Your trading plan should include:

  • Your thesis on why you’re long or short
  • The amount of capital you’re willing to risk on the trade
  • Your entry level
  • And two exits (one for profit taking, and the other being a stop in case you’re wrong.)

1. Practice Discipline

Believe it or not, I struggle with discipline. If you put me in front of a computer all day, you’ll find me overtrading. Fortunately, I’m so busy traveling and working on my charitable efforts that I don’t have the time to be in front of a computer all day.

But if discipline is an issue for you, then set rules for yourself to help you stay disciplined. For example, if overtrading is your problem, set a rule that you will take 1-3 trades per day maximum. Once you reach your limit, you’re done trading for the day.

If risk management is your problem, set a hard rule on what you’re willing to lose per trade and the maximum you are willing to lose for the day. If you hit your limits, then close out the trade or stop trading if you reach your max daily loss limit.

2. Stop Comparing Yourself to Others

I love sharing stories about my students. It makes me feel proud. However, hearing about someone making tens of thousands of dollars in a single day or six figures in a week can make some traders feel small…

They start forgetting about the process and start focusing on making more money. They aren’t happy that they went from losing to break-even.

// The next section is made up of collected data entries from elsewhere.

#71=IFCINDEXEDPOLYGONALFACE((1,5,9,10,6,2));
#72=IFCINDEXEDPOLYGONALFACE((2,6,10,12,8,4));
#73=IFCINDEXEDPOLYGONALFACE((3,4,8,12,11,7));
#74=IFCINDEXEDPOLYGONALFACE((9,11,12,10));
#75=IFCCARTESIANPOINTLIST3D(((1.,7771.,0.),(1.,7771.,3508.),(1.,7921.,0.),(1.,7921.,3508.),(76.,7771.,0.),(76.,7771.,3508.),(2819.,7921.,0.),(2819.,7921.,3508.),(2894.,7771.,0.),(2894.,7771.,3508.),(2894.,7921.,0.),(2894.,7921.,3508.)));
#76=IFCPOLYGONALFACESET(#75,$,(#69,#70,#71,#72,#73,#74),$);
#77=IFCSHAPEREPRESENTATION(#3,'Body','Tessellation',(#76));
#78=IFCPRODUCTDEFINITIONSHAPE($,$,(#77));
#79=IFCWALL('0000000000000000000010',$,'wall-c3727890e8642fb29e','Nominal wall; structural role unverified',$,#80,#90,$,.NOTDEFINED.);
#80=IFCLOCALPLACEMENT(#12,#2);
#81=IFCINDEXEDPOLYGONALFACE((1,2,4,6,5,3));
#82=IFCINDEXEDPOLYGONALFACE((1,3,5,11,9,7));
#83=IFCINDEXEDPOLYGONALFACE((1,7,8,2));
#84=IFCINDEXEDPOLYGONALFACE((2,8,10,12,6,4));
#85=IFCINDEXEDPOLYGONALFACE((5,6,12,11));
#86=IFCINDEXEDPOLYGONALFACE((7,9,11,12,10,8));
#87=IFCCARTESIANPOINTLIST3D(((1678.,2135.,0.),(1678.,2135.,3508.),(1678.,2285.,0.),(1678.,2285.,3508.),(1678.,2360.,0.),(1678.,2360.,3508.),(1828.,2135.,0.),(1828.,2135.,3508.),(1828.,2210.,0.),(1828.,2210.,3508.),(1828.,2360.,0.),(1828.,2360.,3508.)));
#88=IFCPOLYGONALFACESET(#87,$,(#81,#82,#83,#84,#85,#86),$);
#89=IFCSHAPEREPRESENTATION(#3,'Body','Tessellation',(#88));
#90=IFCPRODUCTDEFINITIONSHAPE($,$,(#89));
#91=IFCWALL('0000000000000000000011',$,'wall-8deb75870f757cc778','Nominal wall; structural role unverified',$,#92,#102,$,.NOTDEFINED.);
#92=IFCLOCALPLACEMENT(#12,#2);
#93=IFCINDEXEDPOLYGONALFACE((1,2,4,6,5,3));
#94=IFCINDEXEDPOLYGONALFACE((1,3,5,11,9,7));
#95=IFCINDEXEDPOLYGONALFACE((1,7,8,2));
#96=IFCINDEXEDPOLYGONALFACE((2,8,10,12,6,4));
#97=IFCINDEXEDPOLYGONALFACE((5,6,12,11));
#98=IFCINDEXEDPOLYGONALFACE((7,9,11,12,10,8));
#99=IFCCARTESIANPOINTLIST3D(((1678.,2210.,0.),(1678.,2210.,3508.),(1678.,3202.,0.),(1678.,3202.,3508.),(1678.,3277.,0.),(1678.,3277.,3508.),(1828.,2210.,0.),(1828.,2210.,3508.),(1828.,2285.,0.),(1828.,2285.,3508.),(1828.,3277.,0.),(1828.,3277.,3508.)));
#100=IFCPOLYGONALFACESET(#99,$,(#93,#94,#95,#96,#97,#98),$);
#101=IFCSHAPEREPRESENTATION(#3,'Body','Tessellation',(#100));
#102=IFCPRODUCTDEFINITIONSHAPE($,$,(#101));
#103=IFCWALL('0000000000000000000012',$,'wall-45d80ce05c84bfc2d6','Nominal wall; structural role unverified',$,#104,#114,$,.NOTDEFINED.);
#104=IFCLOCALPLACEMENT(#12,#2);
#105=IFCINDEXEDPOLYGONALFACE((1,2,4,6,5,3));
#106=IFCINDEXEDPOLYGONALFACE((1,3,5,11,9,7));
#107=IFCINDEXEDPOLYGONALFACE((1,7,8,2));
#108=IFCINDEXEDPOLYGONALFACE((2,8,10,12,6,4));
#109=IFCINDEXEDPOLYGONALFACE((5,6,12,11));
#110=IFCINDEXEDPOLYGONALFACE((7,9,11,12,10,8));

They see themselves as a failure because they are not making as much as the next person.

Don’t compare your chapter one to someone else’s chapter seven. Stick to the process. I believe the results will follow if you do enough of the right things. But you can’t skip steps, so stop trying to be a $ 1,000-a-day trader if you are not a $200-a-day trader yet.

3. Learn to Take Profits

I tell my students to expect the worst from these companies. Penny stocks are awesome because they can have big moves relatively quickly. However, a lot of them move on pumps…

And if you’re trading listed stocks, the companies will use the pump as a chance to raise capital through a stock offering. A stock offering will dilute the shares and likely cause the stock to tank hard.

It’s better to take your profits and move to the next trade vs. holding onto a stock because you think it will be the next 1,000% winner.

4. Focus on Long-Term Goals

Greed can often lead to short-sighted decision-making. It’s important to focus on long-term goals, such as building wealth over time, rather than trying to make a quick profit.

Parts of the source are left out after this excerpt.